_WHAT NEEDS TO BE DONE_.
For the listing below, return the line containing "#169=IFCRELAGGREGATES('0000000000000000000013',$,$,$,#19,(#16));", the line containing "END-ISO-10303-21;", and all lines in between, exactly as written and nothing else.

_DATA EXTRACTS_.
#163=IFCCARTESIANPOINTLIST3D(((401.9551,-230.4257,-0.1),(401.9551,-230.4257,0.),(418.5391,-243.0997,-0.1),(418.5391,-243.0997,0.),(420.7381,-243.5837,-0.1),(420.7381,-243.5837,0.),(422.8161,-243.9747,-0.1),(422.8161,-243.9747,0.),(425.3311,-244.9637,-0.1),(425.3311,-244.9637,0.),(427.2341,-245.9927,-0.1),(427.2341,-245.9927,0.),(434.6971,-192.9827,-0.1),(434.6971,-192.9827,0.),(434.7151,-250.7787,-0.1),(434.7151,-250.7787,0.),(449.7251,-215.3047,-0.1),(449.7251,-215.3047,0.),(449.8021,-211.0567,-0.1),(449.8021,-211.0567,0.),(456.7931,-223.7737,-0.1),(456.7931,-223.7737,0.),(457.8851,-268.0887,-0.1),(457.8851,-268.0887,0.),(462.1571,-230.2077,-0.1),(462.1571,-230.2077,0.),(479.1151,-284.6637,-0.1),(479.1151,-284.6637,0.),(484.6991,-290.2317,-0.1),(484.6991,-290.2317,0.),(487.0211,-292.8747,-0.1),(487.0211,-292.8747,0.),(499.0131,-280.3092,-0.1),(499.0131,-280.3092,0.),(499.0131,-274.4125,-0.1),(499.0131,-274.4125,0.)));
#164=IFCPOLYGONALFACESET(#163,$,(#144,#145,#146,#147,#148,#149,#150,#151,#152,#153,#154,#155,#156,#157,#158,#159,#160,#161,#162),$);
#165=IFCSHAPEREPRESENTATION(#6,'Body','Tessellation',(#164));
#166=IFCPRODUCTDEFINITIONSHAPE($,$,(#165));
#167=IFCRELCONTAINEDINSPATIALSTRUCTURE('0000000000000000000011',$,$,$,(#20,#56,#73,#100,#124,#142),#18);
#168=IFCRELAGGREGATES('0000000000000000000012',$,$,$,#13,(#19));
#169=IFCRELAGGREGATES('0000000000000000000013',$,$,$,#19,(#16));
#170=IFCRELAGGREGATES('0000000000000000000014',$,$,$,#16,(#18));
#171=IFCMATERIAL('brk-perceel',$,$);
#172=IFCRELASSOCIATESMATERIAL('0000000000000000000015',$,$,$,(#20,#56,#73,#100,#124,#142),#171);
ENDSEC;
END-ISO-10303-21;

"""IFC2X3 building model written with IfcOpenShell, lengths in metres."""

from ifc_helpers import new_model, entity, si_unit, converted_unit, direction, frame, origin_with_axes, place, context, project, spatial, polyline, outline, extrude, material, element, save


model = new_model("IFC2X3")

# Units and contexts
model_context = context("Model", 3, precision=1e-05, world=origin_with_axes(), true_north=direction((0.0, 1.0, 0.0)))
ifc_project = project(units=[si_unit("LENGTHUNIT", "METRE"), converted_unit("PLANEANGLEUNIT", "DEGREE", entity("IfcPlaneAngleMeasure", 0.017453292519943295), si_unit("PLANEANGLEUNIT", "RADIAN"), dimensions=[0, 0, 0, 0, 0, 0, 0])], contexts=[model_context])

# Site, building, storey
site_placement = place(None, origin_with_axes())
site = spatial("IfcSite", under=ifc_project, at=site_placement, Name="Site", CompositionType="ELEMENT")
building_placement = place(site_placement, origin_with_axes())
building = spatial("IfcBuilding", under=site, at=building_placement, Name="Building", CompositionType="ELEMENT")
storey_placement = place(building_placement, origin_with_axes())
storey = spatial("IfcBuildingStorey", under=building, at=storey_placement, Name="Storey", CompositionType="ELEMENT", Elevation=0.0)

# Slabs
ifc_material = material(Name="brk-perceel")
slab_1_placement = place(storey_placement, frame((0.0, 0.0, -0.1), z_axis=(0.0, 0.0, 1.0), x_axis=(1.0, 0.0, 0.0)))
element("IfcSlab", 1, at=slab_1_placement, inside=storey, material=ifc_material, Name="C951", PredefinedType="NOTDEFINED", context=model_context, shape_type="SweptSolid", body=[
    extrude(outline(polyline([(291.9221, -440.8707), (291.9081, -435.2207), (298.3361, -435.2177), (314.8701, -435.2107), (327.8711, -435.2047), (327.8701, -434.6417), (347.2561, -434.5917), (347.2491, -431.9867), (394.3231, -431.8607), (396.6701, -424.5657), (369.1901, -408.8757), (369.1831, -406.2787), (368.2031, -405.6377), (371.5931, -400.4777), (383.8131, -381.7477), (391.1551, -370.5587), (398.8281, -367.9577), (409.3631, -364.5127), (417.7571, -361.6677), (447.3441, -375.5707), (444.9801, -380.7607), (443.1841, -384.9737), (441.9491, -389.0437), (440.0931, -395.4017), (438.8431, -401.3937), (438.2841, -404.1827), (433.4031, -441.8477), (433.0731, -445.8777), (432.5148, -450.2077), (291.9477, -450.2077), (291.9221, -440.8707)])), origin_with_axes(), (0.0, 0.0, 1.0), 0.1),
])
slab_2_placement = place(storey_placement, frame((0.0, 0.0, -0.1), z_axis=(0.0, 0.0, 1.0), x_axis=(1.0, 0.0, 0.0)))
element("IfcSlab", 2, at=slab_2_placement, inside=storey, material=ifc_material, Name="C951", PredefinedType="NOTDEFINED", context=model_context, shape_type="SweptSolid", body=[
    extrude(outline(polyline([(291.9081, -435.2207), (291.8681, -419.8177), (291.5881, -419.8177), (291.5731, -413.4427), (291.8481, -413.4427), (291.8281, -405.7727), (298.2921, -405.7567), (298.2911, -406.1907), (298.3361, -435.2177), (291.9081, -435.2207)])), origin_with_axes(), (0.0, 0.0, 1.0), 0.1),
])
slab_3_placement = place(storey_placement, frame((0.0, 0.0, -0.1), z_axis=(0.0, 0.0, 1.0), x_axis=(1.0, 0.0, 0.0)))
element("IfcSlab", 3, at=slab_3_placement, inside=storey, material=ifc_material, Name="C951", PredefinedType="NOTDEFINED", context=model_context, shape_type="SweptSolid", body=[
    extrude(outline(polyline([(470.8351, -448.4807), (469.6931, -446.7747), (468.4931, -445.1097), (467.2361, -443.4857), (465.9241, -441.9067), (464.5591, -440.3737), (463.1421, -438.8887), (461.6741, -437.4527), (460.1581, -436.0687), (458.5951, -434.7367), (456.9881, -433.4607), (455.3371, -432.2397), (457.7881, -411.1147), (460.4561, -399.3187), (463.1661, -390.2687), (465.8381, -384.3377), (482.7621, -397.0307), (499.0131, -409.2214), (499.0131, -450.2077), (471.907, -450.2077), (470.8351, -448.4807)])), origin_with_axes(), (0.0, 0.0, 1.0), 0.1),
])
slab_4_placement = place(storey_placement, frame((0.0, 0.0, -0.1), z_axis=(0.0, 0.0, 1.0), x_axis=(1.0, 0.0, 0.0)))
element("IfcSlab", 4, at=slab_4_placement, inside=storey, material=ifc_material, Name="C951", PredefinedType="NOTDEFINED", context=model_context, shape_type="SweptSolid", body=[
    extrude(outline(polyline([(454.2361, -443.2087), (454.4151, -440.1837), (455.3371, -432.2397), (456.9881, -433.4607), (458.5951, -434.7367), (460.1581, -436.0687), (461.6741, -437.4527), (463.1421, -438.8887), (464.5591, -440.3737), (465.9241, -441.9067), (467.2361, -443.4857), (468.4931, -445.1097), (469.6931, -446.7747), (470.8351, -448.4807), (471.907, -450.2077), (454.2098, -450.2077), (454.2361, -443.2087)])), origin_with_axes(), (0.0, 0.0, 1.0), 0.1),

_ANSWER BELOW_.
#169=IFCRELAGGREGATES('0000000000000000000013',$,$,$,#19,(#16));
#170=IFCRELAGGREGATES('0000000000000000000014',$,$,$,#16,(#18));
#171=IFCMATERIAL('brk-perceel',$,$);
#172=IFCRELASSOCIATESMATERIAL('0000000000000000000015',$,$,$,(#20,#56,#73,#100,#124,#142),#171);
ENDSEC;
END-ISO-10303-21;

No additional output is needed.